What would have happened if Etherium had been running at 40,000 transactions per second, and the Dao bug had hit in one second, one heartbeat, $150 million would have been drained out of that contract, and there would have been no way for that network to recover. So that’s why the behavioral types are so critical, which is why RChain focuses on the rho calculus.
Now, I don’t have time to go into the rho calculus, but notice that it fits on the page. And it allows for correct by construction between the smart contracting language and the execution mechanism. So there are no bytecode injection tests possible.

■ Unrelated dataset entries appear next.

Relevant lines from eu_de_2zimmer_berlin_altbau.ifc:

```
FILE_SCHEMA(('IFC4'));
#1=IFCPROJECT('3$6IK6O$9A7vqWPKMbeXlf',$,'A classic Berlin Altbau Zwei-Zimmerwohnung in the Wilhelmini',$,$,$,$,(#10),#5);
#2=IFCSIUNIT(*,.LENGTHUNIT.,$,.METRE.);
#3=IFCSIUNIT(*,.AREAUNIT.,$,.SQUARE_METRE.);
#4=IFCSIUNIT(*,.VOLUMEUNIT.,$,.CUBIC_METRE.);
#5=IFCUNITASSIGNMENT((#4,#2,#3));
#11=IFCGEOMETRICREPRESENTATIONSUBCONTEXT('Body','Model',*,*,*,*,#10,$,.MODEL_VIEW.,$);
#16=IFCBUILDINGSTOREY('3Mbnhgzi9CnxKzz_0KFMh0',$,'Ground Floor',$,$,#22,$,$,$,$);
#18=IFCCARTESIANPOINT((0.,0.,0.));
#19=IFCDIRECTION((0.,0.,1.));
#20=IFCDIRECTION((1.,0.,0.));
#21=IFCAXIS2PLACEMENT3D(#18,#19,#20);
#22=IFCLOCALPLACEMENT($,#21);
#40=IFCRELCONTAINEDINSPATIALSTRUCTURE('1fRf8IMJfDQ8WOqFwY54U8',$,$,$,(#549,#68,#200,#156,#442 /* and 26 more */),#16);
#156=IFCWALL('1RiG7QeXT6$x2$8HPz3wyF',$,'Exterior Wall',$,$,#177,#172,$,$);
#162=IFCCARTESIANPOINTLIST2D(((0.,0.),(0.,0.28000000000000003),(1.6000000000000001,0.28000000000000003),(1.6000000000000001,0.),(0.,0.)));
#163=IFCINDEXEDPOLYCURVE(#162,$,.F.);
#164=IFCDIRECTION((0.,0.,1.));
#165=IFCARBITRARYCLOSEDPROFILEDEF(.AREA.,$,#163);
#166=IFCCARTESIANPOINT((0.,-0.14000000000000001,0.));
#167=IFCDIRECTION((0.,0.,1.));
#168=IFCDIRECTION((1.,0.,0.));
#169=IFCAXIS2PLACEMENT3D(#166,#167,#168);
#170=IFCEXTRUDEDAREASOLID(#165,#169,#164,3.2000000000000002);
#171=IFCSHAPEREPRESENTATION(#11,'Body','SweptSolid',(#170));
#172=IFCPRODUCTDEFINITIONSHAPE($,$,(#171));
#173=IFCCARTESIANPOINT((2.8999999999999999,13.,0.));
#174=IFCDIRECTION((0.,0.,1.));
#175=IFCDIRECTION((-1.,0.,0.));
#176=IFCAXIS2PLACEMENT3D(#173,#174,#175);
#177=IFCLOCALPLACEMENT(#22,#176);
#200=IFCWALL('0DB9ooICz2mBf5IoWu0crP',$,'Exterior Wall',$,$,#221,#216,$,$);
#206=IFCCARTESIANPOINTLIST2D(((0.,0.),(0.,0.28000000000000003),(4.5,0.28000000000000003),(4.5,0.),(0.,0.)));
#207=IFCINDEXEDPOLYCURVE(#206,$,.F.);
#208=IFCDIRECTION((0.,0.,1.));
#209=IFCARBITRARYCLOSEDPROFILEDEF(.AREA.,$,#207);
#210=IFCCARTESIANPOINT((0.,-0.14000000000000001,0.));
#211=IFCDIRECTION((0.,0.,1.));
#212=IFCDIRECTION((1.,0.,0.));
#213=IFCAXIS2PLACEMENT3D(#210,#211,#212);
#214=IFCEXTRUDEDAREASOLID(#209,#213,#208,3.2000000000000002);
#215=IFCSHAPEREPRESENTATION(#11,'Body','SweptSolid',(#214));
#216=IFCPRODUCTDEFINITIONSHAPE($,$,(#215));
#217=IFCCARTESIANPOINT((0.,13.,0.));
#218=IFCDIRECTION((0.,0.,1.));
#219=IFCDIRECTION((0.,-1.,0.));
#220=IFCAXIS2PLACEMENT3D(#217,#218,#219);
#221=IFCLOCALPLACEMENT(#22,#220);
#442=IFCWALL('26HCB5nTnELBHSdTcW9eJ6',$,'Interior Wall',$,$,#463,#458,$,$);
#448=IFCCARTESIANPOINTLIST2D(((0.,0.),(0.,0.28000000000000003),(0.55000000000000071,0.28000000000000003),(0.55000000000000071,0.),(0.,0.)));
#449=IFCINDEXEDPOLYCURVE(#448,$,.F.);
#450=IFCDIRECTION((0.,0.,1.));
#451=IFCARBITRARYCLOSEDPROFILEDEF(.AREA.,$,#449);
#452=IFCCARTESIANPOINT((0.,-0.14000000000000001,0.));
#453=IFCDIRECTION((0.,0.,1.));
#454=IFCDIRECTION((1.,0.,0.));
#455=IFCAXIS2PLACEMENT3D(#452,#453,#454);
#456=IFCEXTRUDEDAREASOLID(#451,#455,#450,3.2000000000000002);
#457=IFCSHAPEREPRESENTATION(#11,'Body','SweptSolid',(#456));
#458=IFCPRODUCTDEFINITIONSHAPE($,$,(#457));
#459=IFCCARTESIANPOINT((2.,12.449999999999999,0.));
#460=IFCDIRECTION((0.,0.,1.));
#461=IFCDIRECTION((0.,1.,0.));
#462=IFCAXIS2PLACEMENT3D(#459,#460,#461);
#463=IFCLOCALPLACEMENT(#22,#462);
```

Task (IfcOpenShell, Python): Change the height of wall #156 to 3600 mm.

```python
import ifcopenshell
import ifcopenshell.geom
import ifcopenshell.util.representation
import ifcopenshell.util.shape
import ifcopenshell.util.unit

model = ifcopenshell.open("eu_de_2zimmer_berlin_altbau.ifc")
unit_scale = ifcopenshell.util.unit.calculate_unit_scale(model)
settings = ifcopenshell.geom.settings()


def volume(element):
    """Net volume in cubic metres, openings subtracted."""
    shape = ifcopenshell.geom.create_shape(settings, element)
    return ifcopenshell.util.shape.get_volume(shape.geometry)


wall = model.by_guid("1RiG7QeXT6$x2$8HPz3wyF")
before = volume(wall)

body = ifcopenshell.util.representation.get_representation(wall, "Model", "Body")
solid = body.Items[0]
old_height = solid.Depth
solid.Depth = 3.6 / unit_scale
after = volume(wall)

print(f"height {old_height:g} -> {solid.Depth:g}, volume {before:.3f} -> {after:.3f} m3")

model.write("eu_de_2zimmer_berlin_altbau_edited.ifc")
```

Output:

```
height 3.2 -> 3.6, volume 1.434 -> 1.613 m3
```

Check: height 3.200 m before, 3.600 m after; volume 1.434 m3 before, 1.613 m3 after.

Whereas projects like Etherium, Cardano, Tezos and many others have to have a proof obligation that there can be no bytecode injection attacks. I can’t talk about all of these other good things that I do hope we have the chance to meet face to face and we can we can talk about how “namespaces” for example, allow you to solve for both the DAG based acceleration and sharding acceleration using a single mechanism.
But what I want to leave you with is that blockchain, as opposed to merely digital currency, has the potential to provide the pivotal coordination technology. It can provide a global computer and a global database that can amplify humanity’s extraordinary ability to coordinate and work together.
In particular, it can provide the ability to have on chain self governance. They can provide the ability to have on chain self sovereign identity and self sovereign data. They can provide the needs to have a reconfigurable smart power grid.
And because of its decentralization, you can put it in the hands of the people who can then light the way for the use of blockchains that we never dreamed possible.
So with that, I wish you a very good and successful conference. Thank you very much.